El médico dejó la carta sobre el escritorio, llevó la mano a boca para cubrir un gran bostezo que duró unos segundos y, con el pulso temblando y las ojeras negras, pidió a la secretaria que le envíe al primer paciente del día.

domingo, 5 de enero de 2014

Acá no hay un precipicio

En un pueblo tranquilo bastante lejos de cualquier ciudad de calles atolondradas y gente a las corridas, una noche, algún bromista, quizás un adolescente para impresionar a sus amigos, quizás alguien lleno de maldad o simplemente una persona aburrida, clavó un cartel justo antes del puente caído, que durante los primeros años de fundación del pueblo conectaba el lado norte y sur del mismo, hasta que por un fuerte vendaval, varios años más tarde, cayó y fue reemplazado por un puente más moderno, de hierro largos bulones rojos que, inmóviles, daban más seguridad que aquel pequeño y rústico puente de madera agusanada.

La cosa es que, durante la mencionada mañana y para sorpresa de todos, apareció el cartel justo un metro antes del peligroso risco que antes era sobrevolado por maderas que decía "acá no hay un precipicio".

La gente comenzó a divagar y a susurrar cada vez más fuerte, y cada uno exponía su argumento de forma más violenta y enérgica que el anterior. "¡Pero claramente vemos que hay un precipicio!" decía una mujer agitando su brazo. "¿Entonces el cartel está mintiendo?" decía otro en respuesta, dudando con su mano en el mentón. El pueblo entero se juntó donde el cartel para poder disolver el enigma.

"Lo único claro acá es que el cartel es de verdad" dijo el carpintero tocando la madera, asegurando con su experiencia. Un viejo hombre para demostrar que el cartel no tenía razón, en medio de una cálida discusión con otro vecino, saltó por el acantilado para demostrar su punto. Cayó violentamente hasta que reventó contra las rocas del fondo, unos treinta metros más abajo.

Todos se miraron. Hubo un silencio de algunos segundos. Un hombre grande lo rompió "pero el cartel dice que no hay un precipicio...", gritos, discusión, todo de nuevo.

Entonces, se organizaron y dividieron armando dos grupos: Quienes creían al cartel, y quienes no creían al cartel.
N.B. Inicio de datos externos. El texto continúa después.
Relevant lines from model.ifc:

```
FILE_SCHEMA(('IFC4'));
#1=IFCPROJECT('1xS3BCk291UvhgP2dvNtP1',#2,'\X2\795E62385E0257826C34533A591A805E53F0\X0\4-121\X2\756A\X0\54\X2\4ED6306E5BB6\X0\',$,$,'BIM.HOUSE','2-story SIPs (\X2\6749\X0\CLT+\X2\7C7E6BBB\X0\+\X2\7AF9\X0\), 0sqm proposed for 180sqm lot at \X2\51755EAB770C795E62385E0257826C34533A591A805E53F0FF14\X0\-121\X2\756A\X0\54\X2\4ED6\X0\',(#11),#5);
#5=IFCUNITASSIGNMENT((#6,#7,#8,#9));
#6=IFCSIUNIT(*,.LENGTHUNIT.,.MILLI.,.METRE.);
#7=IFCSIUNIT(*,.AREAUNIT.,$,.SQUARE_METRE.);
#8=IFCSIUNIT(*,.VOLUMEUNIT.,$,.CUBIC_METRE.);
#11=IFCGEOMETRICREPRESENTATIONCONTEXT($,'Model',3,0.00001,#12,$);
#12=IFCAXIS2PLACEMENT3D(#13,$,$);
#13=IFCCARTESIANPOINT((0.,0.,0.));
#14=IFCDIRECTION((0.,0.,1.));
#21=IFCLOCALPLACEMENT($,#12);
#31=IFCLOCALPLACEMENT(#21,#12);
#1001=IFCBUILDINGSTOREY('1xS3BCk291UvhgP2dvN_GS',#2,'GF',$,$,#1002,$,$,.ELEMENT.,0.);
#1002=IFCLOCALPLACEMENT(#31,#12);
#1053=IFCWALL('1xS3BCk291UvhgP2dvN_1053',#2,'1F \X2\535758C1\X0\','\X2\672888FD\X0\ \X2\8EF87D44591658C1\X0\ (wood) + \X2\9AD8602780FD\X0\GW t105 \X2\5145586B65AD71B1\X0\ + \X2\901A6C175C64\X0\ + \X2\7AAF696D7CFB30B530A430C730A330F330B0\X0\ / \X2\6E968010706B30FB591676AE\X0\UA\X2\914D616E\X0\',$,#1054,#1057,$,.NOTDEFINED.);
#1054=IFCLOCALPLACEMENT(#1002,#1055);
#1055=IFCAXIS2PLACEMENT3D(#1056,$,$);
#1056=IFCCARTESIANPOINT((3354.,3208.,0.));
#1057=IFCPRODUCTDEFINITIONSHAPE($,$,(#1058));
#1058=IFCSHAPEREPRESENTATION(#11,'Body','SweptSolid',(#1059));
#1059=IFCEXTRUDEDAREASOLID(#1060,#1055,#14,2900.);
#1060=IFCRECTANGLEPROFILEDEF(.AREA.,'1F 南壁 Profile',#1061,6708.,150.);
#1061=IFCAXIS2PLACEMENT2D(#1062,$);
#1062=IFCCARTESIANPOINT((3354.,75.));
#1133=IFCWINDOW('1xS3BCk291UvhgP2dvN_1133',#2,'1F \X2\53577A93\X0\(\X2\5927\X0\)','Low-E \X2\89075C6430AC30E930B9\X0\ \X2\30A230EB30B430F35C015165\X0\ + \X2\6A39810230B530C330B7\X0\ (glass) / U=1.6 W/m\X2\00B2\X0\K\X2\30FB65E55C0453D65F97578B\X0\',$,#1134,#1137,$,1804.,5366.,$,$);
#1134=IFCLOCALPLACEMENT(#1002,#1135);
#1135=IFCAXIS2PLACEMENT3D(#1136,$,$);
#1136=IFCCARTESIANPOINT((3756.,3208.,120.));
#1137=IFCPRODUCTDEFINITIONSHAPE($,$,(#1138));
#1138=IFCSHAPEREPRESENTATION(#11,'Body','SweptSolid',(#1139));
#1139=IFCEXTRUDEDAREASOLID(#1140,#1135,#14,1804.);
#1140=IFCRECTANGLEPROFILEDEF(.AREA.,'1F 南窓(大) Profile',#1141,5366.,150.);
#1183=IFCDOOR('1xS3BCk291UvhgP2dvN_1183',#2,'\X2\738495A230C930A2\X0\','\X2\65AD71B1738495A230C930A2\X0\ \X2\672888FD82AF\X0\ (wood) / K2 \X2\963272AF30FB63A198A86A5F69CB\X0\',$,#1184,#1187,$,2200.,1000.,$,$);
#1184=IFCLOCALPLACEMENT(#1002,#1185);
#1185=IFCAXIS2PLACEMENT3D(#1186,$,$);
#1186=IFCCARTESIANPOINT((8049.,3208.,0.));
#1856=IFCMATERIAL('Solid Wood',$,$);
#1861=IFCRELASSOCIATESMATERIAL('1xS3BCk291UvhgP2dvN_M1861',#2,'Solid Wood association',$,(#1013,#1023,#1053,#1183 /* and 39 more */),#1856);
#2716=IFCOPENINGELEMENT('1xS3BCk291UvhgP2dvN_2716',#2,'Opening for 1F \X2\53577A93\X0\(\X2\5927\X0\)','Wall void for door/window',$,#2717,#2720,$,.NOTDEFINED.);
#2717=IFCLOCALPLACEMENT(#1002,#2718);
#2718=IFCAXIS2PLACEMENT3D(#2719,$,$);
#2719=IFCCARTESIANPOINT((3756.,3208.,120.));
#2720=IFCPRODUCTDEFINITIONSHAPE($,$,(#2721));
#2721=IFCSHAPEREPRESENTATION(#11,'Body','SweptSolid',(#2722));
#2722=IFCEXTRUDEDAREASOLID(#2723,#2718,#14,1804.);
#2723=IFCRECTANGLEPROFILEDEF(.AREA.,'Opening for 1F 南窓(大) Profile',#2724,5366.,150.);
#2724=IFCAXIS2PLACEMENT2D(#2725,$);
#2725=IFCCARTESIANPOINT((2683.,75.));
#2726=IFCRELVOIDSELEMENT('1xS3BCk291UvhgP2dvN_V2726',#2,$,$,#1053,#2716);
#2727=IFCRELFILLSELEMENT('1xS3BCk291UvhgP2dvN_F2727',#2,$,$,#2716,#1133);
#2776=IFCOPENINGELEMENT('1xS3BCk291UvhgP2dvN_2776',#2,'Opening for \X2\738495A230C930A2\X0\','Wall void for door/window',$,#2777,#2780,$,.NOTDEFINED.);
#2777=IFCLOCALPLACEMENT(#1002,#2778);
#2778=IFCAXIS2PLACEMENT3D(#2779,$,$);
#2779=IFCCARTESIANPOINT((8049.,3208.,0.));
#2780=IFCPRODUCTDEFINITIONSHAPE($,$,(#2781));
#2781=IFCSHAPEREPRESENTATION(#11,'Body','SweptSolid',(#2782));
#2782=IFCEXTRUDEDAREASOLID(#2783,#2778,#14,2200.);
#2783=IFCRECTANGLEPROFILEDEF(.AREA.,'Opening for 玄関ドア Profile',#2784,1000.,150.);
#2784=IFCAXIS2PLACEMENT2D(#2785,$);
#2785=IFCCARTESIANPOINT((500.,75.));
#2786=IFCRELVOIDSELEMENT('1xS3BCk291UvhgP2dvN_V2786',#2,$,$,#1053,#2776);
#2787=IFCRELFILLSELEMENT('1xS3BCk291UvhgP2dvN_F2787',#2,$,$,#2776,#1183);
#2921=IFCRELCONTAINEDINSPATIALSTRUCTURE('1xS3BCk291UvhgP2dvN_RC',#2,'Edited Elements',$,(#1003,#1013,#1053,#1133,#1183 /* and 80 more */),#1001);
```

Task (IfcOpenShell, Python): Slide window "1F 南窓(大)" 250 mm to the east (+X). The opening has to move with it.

```python
import ifcopenshell
import ifcopenshell.api.geometry
import ifcopenshell.util.placement
import ifcopenshell.util.unit

model = ifcopenshell.open("model.ifc")
unit_scale = ifcopenshell.util.unit.calculate_unit_scale(model)

window = model.by_guid("1xS3BCk291UvhgP2dvN_1133")
opening = window.FillsVoids[0].RelatingOpeningElement
wall = opening.VoidsElements[0].RelatingBuildingElement

wall_matrix = ifcopenshell.util.placement.get_local_placement(wall.ObjectPlacement)
shift = wall_matrix[:3, 0] * 0.25 / unit_scale
before = ifcopenshell.util.placement.get_local_placement(window.ObjectPlacement)[:3, 3].copy()

# The window is not placed relative to its opening, so move both.
for product in (opening, window):
    matrix = ifcopenshell.util.placement.get_local_placement(product.ObjectPlacement)
    matrix[:3, 3] += shift
    ifcopenshell.api.geometry.edit_object_placement(model, product=product, matrix=matrix, is_si=False)

after = ifcopenshell.util.placement.get_local_placement(window.ObjectPlacement)[:3, 3]
print("window moved by", (after - before).round(3) + 0.0)

model.write("model_v2.ifc")
```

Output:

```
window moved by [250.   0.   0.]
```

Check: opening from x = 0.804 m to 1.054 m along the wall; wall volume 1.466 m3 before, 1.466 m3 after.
Cada uno, organizadamente, fue exponiendo sus argumentos a la escucha de los demás, algunos asintiendo y otros negando y maldiciendo.
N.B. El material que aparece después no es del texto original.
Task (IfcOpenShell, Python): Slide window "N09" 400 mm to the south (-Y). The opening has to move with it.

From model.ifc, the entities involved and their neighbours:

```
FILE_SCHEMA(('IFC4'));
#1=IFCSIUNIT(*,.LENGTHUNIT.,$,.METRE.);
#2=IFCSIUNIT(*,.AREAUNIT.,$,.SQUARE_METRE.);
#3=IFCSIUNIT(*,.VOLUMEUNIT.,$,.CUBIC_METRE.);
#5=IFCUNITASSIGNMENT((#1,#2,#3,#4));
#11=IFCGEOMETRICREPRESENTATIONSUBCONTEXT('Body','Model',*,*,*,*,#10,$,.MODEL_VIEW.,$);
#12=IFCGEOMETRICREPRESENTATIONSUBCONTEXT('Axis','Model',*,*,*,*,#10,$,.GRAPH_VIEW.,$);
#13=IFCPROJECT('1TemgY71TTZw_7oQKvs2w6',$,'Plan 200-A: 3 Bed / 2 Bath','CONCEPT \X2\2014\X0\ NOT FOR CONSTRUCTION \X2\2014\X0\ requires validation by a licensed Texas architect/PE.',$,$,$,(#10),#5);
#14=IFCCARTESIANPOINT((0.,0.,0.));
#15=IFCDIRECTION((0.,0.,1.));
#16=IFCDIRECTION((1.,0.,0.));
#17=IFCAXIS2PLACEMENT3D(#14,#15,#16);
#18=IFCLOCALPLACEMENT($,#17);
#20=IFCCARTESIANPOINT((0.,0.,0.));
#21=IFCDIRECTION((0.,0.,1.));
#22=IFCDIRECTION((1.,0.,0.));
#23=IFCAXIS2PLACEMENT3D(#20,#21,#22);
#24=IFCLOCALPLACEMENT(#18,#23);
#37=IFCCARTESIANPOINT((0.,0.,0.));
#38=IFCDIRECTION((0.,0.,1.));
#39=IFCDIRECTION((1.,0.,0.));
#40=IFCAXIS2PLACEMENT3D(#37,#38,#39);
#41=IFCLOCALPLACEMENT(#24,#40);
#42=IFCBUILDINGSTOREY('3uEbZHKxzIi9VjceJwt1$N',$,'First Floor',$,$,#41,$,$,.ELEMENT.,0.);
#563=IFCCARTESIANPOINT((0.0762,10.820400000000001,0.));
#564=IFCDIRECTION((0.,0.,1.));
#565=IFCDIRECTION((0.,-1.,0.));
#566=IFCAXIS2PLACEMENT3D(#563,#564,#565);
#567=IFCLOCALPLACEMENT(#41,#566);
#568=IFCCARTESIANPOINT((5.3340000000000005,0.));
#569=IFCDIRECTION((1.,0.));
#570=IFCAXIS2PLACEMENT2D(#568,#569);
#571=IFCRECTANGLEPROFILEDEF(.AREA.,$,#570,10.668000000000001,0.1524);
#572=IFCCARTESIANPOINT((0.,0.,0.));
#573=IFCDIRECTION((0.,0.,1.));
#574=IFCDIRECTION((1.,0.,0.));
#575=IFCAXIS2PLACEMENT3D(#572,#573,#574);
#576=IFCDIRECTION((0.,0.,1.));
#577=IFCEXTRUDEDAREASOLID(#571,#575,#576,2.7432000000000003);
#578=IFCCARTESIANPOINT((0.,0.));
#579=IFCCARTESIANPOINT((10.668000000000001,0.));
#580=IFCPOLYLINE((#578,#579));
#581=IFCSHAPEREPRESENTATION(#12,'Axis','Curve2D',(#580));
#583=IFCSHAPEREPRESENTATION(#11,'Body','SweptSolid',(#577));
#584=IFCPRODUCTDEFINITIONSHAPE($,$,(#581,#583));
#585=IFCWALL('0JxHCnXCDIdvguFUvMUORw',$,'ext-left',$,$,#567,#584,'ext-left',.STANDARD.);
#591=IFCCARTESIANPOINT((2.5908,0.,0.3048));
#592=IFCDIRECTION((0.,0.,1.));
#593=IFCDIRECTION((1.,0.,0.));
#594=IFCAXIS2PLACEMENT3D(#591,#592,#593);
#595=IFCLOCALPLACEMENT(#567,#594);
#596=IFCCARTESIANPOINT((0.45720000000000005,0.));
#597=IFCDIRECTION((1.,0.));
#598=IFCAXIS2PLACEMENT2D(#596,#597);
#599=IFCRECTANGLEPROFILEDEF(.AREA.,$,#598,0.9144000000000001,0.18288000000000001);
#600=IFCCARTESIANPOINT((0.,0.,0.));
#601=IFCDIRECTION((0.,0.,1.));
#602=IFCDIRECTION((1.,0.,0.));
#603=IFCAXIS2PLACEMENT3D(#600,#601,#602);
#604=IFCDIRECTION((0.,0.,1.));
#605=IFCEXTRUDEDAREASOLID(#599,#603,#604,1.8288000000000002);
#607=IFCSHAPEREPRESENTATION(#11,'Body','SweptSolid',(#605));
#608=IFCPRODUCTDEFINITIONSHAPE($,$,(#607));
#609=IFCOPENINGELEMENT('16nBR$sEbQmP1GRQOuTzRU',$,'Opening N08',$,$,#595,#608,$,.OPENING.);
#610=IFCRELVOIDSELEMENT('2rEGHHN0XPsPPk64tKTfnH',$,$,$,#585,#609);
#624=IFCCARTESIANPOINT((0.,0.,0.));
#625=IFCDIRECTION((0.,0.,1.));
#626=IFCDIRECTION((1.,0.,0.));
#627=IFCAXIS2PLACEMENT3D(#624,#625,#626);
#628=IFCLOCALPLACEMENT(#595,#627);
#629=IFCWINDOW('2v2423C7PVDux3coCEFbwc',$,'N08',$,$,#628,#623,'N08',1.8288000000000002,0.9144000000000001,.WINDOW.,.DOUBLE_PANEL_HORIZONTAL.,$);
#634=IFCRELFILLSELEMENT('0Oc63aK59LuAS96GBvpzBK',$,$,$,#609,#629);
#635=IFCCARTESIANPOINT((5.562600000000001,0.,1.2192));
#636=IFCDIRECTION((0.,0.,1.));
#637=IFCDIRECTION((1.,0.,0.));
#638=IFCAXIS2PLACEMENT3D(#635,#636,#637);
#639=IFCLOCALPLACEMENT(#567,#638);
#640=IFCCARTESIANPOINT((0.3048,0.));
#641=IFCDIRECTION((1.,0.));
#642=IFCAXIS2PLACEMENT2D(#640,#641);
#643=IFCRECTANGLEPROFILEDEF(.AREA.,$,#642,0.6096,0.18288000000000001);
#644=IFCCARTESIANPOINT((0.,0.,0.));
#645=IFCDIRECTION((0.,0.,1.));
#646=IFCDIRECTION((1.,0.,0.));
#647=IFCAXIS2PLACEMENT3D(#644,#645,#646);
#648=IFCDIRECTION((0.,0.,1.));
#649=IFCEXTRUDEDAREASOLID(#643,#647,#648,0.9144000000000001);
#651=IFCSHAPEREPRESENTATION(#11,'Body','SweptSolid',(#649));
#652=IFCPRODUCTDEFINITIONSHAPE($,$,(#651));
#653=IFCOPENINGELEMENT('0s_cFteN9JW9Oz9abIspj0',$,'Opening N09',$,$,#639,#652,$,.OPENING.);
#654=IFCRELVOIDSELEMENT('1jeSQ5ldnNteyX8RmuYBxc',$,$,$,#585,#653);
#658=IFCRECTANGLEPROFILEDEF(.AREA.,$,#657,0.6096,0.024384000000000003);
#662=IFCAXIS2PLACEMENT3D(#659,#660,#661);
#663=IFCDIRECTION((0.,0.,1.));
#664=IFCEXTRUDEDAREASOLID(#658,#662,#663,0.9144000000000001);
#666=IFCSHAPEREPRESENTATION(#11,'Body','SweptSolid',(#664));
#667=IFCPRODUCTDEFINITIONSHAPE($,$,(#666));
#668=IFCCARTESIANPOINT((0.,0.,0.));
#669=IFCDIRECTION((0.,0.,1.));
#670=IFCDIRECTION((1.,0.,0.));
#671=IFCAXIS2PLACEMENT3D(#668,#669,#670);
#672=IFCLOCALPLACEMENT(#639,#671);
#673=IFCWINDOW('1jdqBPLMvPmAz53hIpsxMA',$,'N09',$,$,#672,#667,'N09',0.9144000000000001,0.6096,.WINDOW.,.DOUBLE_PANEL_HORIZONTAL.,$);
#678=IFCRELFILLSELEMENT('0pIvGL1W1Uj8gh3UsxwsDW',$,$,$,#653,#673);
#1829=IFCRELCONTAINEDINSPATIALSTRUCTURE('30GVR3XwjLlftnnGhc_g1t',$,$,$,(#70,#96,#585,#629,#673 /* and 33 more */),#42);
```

```python
import ifcopenshell
import ifcopenshell.api.geometry
import ifcopenshell.util.placement
import ifcopenshell.util.unit

model = ifcopenshell.open("model.ifc")
unit_scale = ifcopenshell.util.unit.calculate_unit_scale(model)

window = model.by_id(673)
opening = window.FillsVoids[0].RelatingOpeningElement
wall = opening.VoidsElements[0].RelatingBuildingElement

wall_matrix = ifcopenshell.util.placement.get_local_placement(wall.ObjectPlacement)
shift = wall_matrix[:3, 0] * 0.4 / unit_scale
before = ifcopenshell.util.placement.get_local_placement(window.ObjectPlacement)[:3, 3].copy()

# The window is placed relative to its opening, so it follows when the opening moves.
matrix = ifcopenshell.util.placement.get_local_placement(opening.ObjectPlacement)
matrix[:3, 3] += shift
ifcopenshell.api.geometry.edit_object_placement(
    model, product=opening, matrix=matrix, is_si=False, should_transform_children=True
)

after = ifcopenshell.util.placement.get_local_placement(window.ObjectPlacement)[:3, 3]
print("window moved by", (after - before).round(3) + 0.0)

model.write("model_v2.ifc")
```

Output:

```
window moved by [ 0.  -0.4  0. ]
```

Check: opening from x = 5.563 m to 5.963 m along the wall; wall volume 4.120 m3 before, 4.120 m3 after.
En medio de todo el alboroto, una niña pequeña se acercó al cartel y lo leyó dificultosamente con su aguda voz: "Acá no hay un precipicio", y comentó a repetir la frase mientras caminaba hacia adelante. "Acá no hay un precipicio, acá no hay un precipicio, Acá no hay un precipicio". De golpe, todos dejaron de discutir y se fueron dando vuelta de a poco para ver a la niña, que caminaba sobre el aire mientras repetía "Acá no hay un precipicio".

La infante, con sus diminutos brazos extendidos hacia los lados repetía "Acá no hay un precipicio" mientras caminaba simpáticamente por el aire.
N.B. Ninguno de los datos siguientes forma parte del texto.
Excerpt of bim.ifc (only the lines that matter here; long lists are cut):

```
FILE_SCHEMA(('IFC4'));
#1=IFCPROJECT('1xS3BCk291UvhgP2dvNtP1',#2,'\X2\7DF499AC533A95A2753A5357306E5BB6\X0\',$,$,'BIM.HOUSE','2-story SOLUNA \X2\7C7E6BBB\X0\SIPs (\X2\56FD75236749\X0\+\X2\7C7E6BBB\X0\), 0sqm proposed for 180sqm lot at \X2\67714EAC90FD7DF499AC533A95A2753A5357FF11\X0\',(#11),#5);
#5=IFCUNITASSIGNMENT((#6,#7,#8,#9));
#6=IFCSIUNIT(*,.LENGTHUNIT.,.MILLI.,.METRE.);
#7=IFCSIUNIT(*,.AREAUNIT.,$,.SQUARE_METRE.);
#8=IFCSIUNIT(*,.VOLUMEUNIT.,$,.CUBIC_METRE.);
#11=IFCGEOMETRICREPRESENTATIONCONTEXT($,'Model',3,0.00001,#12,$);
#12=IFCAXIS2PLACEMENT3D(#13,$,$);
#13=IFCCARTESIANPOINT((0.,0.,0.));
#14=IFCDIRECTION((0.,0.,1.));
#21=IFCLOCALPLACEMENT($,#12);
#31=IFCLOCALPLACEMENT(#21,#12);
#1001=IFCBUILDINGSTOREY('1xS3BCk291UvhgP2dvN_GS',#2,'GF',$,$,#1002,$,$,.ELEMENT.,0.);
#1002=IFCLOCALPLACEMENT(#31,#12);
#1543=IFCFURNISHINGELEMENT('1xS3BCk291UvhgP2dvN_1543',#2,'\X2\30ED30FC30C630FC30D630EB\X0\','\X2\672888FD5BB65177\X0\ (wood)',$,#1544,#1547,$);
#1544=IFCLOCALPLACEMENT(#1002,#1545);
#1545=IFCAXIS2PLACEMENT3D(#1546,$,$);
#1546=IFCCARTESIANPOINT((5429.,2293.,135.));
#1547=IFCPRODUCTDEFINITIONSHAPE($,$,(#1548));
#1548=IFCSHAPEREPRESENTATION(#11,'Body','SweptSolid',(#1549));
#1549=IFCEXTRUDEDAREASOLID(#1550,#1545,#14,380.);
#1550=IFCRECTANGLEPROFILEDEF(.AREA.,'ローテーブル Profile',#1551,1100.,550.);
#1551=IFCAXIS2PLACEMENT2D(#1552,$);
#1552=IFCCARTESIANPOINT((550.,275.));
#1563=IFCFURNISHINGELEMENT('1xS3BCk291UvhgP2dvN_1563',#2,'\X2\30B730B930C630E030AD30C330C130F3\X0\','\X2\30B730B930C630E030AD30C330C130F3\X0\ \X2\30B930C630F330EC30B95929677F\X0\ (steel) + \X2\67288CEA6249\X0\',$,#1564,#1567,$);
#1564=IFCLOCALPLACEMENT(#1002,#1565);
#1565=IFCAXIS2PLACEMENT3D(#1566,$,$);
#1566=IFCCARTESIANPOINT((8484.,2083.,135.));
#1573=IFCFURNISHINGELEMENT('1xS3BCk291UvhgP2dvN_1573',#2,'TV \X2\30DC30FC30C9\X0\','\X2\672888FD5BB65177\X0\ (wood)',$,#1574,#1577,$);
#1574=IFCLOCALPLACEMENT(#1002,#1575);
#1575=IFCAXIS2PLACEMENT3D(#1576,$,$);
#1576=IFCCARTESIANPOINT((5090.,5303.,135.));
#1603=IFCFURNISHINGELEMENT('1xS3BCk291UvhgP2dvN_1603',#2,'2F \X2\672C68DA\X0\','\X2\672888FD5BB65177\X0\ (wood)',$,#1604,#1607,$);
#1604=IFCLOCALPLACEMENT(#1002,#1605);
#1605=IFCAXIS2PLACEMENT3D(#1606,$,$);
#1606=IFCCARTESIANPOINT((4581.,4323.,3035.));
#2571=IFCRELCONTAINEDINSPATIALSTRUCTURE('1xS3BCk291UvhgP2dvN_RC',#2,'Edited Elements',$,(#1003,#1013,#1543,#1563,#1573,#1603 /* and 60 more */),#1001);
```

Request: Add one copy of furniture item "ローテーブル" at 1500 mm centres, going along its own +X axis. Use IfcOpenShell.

```python
import ifcopenshell
import ifcopenshell.api.geometry
import ifcopenshell.api.root
import ifcopenshell.util.element
import ifcopenshell.util.placement
import ifcopenshell.util.unit

model = ifcopenshell.open("bim.ifc")
unit_scale = ifcopenshell.util.unit.calculate_unit_scale(model)


def reuse_history(source, copy):
    """copy_class also copies each property set's owner history, people and application; keep the originals."""
    for rel in copy.IsDefinedBy:
        if rel.is_a("IfcRelDefinesByProperties") and (history := rel.RelatingPropertyDefinition.OwnerHistory):
            rel.RelatingPropertyDefinition.OwnerHistory = source.OwnerHistory
            ifcopenshell.util.element.remove_deep2(model, history)


source = model.by_guid("1xS3BCk291UvhgP2dvN_1543")
base = ifcopenshell.util.placement.get_local_placement(source.ObjectPlacement)
step = base[:3, 0] * 1.5 / unit_scale

for i in range(1, 2):
    copy = ifcopenshell.api.root.copy_class(model, product=source)
    copy.Representation = ifcopenshell.util.element.copy_deep(
        model, source.Representation, exclude=["IfcGeometricRepresentationContext", "IfcRepresentationMap"]
    )
    reuse_history(source, copy)
    matrix = base.copy()
    matrix[:3, 3] += i * step
    print("added at", matrix[:3, 3].round(3) + 0.0)
    ifcopenshell.api.geometry.edit_object_placement(model, product=copy, matrix=matrix, is_si=False)

model.write("bim_v2.ifc")
```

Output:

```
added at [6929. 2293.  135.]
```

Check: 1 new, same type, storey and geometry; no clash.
Una señora, aterrada, rompió el silencio con un grito de advertencia para la niña, que miró hacia atrás. Luego, miró hacia abajo y se quedó helada. Un segundo después, la fueza de gravedad la abdujo, y la pequeña cayó hasta el fondo, decorando algunas piedras con partes de tu cuerpo, desparramadas por ahí.

Al día siguiente, llamaron miles de camiones con escombros y tierra y rellenaron todo el hueco.

Curiosamente, al despertar, los ciudadanos de ese pequeño pueblo despertaron y advirtieron otro cartel en el mismo lugar del anterior, que decía "Acá no hubo un precipicio".

Por las dudas, nadie caminó jamás sobre la recién colocada tierra de relleno.